These notebooks demonstrate how you can apply hybrid solvers to your problem, create hybrid workflows, and develop custom hybrid components.
- Notebook 01 will start you off with Leap's cloud-based hybrid solvers and out-of-the-box dwave-hybrid samplers and workflows, and requires only familiarity with the binary quadratic model (BQM) approach to formulating problems for solution on quantum computers.
- Notebook 02 shows how you create your own workflows using existing dwave-hybrid components.
- Notebook 03 is aimed at developers interested in developing their own hybrid components for optimal performance.
Quantum-classical hybrid is the use of both classical and quantum resources to solve problems, exploiting the complementary strengths that each provides. As quantum processors grow in size, offloading hard optimization problems to quantum computers promises performance benefits similar to CPUs' outsourcing of compute-intensive graphics-display processing to GPUs.
This Medium Article provides an overview of, and motivation for, hybrid computing.
D-Wave's Leap quantum cloud service provides cloud-based hybrid solvers you can submit arbitrary quadratic models to. These solvers, which implement state-of-the-art classical algorithms together with intelligent allocation of the quantum processing unit (QPU) to parts of the problem where it benefits most, are designed to accommodate even very large problems. Leap's solvers can relieve you of the burden of any current and future development and optimization of hybrid algorithms that best solve your problem.
dwave-hybrid provides you with a Python framework for building a variety of flexible hybrid workflows. These use quantum and classical resources together to find good solutions to your problem. For example, a hybrid workflow might use classical resources to find a problem’s hard core and send that to the QPU, or break a large problem into smaller pieces that can be solved on a QPU and then recombined.
The dwave-hybrid framework enables rapid development of experimental prototypes, which provide insight into expected performance of the productized versions. It provides reference samplers and workflows you can quickly plug into your application code. You can easily experiment with customizing workflows that best solve your problem. You can also develop your own hybrid components to optimize performance.
You can run this example without installation in cloud-based IDEs that support the Development Containers specification (aka "devcontainers").
For development environments that do not support devcontainers
, install
requirements:
pip install -r requirements.txt
If you are cloning the repo to your local system, working in a virtual environment is recommended.

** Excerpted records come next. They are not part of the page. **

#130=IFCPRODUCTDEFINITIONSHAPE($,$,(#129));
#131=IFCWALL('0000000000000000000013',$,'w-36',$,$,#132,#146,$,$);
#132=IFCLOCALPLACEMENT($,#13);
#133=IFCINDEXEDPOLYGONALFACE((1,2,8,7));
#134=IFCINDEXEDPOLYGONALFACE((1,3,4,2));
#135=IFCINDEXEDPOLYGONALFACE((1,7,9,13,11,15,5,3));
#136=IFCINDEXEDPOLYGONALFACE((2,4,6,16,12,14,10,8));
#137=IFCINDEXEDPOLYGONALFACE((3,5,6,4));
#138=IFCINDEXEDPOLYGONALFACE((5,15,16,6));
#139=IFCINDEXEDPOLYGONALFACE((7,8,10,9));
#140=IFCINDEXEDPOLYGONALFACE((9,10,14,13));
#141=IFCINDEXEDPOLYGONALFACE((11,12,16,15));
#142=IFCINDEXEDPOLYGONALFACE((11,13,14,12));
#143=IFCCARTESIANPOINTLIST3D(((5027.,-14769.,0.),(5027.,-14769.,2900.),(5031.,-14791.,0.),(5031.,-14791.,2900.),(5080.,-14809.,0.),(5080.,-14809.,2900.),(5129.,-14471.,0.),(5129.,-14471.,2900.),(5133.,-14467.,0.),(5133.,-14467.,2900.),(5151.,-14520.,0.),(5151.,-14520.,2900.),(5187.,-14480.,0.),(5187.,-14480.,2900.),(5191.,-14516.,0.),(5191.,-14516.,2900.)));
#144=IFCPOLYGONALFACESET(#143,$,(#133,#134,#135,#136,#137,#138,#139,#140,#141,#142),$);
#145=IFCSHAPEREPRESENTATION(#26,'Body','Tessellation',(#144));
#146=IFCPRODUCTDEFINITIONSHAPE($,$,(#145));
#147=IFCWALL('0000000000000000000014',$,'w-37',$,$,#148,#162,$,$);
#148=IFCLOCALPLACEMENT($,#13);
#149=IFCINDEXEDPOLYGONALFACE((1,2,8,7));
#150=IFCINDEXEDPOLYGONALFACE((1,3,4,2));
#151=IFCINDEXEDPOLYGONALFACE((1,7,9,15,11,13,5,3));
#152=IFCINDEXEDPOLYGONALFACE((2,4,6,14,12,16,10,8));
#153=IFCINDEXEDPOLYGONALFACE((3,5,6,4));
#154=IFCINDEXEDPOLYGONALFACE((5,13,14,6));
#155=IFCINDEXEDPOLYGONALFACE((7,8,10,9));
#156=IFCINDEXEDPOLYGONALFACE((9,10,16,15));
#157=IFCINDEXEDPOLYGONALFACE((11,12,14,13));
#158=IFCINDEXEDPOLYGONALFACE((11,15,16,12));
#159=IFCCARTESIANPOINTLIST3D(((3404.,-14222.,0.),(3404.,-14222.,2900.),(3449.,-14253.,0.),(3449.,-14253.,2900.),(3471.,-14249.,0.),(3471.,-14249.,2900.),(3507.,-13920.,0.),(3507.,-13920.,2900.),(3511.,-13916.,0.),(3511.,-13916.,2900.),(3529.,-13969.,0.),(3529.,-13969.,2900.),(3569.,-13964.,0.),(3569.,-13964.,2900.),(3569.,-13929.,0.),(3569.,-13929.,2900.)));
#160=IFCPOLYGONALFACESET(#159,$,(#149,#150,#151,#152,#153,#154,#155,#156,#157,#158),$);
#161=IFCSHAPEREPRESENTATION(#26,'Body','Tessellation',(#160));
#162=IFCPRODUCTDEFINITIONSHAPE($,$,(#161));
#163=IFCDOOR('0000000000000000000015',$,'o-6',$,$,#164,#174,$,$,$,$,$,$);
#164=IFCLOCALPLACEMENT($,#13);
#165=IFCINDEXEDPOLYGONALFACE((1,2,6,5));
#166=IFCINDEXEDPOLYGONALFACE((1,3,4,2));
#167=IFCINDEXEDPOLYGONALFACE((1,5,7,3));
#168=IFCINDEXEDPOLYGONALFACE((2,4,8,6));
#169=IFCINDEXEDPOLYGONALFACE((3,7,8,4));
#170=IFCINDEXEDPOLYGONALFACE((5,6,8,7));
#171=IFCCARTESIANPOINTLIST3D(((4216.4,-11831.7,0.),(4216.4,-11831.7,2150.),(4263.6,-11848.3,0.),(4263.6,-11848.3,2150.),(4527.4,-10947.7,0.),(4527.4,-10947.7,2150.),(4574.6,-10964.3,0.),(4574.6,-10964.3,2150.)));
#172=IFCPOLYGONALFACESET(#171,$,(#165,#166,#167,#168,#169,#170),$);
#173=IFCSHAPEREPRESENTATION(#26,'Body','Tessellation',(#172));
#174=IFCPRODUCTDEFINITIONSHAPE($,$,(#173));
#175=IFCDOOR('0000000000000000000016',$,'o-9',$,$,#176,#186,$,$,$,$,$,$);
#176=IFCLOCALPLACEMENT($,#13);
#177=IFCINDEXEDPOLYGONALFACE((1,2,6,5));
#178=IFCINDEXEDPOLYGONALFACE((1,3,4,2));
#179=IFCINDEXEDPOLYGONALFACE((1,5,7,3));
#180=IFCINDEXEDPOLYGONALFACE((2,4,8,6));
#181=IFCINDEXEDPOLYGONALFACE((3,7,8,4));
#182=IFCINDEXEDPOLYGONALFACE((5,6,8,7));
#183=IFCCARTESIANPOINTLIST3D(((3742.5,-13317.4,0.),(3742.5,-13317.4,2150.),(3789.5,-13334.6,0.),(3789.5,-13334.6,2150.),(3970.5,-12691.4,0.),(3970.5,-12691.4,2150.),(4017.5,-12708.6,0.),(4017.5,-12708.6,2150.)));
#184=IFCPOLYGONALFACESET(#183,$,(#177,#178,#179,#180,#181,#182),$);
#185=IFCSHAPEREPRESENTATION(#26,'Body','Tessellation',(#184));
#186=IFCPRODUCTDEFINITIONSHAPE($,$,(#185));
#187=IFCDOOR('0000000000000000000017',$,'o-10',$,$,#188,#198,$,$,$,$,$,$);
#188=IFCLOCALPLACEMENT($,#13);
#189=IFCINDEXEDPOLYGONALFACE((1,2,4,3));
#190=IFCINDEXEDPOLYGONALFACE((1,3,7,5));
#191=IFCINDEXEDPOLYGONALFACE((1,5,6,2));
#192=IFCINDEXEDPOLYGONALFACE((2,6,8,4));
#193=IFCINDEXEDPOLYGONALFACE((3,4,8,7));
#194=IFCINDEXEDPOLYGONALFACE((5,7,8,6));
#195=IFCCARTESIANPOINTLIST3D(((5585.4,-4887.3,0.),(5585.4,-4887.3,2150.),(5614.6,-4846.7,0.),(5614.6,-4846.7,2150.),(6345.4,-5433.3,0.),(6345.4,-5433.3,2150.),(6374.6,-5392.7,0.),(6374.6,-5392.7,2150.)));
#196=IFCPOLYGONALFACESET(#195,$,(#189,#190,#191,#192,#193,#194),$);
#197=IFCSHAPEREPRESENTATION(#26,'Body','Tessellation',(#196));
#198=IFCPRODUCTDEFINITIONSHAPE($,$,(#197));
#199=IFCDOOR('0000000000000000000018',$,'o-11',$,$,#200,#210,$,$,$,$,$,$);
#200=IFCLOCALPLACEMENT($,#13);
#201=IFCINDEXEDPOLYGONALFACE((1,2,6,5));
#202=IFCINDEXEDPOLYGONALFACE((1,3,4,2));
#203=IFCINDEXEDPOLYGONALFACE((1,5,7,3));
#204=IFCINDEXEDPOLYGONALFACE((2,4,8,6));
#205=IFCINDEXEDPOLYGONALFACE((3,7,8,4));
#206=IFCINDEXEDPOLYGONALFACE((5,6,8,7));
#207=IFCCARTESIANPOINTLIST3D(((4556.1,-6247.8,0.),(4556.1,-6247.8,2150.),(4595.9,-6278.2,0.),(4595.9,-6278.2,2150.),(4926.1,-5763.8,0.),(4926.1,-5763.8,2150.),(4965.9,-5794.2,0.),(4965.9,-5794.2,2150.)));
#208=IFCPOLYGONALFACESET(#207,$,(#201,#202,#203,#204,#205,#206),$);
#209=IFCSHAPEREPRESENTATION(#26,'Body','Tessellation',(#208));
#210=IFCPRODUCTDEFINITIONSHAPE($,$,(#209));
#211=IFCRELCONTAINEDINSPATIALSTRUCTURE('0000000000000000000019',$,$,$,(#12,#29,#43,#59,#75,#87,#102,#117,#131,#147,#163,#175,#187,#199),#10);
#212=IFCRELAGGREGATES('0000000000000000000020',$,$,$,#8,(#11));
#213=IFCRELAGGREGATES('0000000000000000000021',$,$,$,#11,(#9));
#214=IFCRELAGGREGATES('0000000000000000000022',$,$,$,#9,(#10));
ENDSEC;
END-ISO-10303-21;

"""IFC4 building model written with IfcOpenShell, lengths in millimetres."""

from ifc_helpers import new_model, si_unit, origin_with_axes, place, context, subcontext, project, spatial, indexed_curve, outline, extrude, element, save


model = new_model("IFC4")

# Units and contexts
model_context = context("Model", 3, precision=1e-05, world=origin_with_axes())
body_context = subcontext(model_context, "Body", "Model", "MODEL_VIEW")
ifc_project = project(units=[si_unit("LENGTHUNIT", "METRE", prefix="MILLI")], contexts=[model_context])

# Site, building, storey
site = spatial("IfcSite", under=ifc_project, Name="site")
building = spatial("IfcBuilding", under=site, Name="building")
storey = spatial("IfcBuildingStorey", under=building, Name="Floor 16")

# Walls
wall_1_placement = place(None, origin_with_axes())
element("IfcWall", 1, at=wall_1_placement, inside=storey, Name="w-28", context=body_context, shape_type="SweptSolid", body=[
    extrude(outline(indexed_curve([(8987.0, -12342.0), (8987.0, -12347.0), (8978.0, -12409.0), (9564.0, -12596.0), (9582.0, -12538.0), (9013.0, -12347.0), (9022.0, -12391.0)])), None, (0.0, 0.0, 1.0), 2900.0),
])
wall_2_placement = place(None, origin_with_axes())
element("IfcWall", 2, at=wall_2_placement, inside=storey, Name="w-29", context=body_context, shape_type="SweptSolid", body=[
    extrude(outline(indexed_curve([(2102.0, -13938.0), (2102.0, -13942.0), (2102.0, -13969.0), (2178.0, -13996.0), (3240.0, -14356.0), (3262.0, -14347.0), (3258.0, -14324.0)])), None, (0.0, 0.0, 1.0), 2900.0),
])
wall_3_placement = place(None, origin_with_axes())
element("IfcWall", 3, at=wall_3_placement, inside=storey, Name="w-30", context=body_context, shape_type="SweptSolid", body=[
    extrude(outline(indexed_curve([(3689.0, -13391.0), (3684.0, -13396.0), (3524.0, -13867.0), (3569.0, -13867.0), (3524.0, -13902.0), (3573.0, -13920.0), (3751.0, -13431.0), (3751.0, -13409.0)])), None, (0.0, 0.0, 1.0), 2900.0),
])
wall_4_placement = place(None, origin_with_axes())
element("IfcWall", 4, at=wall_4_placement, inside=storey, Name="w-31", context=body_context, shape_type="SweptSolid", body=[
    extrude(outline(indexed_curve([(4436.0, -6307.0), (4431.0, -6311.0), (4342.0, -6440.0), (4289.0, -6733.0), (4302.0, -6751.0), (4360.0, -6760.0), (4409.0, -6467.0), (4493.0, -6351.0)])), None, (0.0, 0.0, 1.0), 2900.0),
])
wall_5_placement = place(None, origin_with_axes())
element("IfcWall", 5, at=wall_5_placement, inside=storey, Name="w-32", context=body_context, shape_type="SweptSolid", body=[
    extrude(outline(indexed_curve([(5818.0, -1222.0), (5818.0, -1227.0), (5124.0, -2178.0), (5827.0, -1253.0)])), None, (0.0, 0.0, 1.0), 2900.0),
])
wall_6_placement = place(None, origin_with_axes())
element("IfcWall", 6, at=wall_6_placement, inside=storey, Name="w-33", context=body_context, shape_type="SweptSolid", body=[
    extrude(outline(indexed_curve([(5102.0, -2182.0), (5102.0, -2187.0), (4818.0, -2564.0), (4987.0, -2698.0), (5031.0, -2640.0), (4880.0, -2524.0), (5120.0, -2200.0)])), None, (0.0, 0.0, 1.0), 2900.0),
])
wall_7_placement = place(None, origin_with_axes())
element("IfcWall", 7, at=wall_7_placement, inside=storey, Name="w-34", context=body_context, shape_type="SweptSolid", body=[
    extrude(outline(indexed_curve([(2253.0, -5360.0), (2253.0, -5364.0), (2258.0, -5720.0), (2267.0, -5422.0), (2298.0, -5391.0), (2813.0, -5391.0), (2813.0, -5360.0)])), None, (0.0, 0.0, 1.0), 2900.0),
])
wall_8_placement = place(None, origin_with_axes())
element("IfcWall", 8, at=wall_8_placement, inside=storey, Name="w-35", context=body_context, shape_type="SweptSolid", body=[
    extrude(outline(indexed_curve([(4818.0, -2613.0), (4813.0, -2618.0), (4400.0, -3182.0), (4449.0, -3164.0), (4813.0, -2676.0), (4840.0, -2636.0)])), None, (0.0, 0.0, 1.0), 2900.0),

Your development environment should be configured to access Leap’s Solvers. You can see information about supported IDEs and authorizing access to your Leap account here.
The notebooks can be opened by clicking on the .ipynb
files
(e.g., 01-hybrid-computing-getting-started.ipynb
) in VS Code-based IDEs.
To run a locally installed notebook:
jupyter notebook
Released under the Apache License 2.0. See LICENSE file.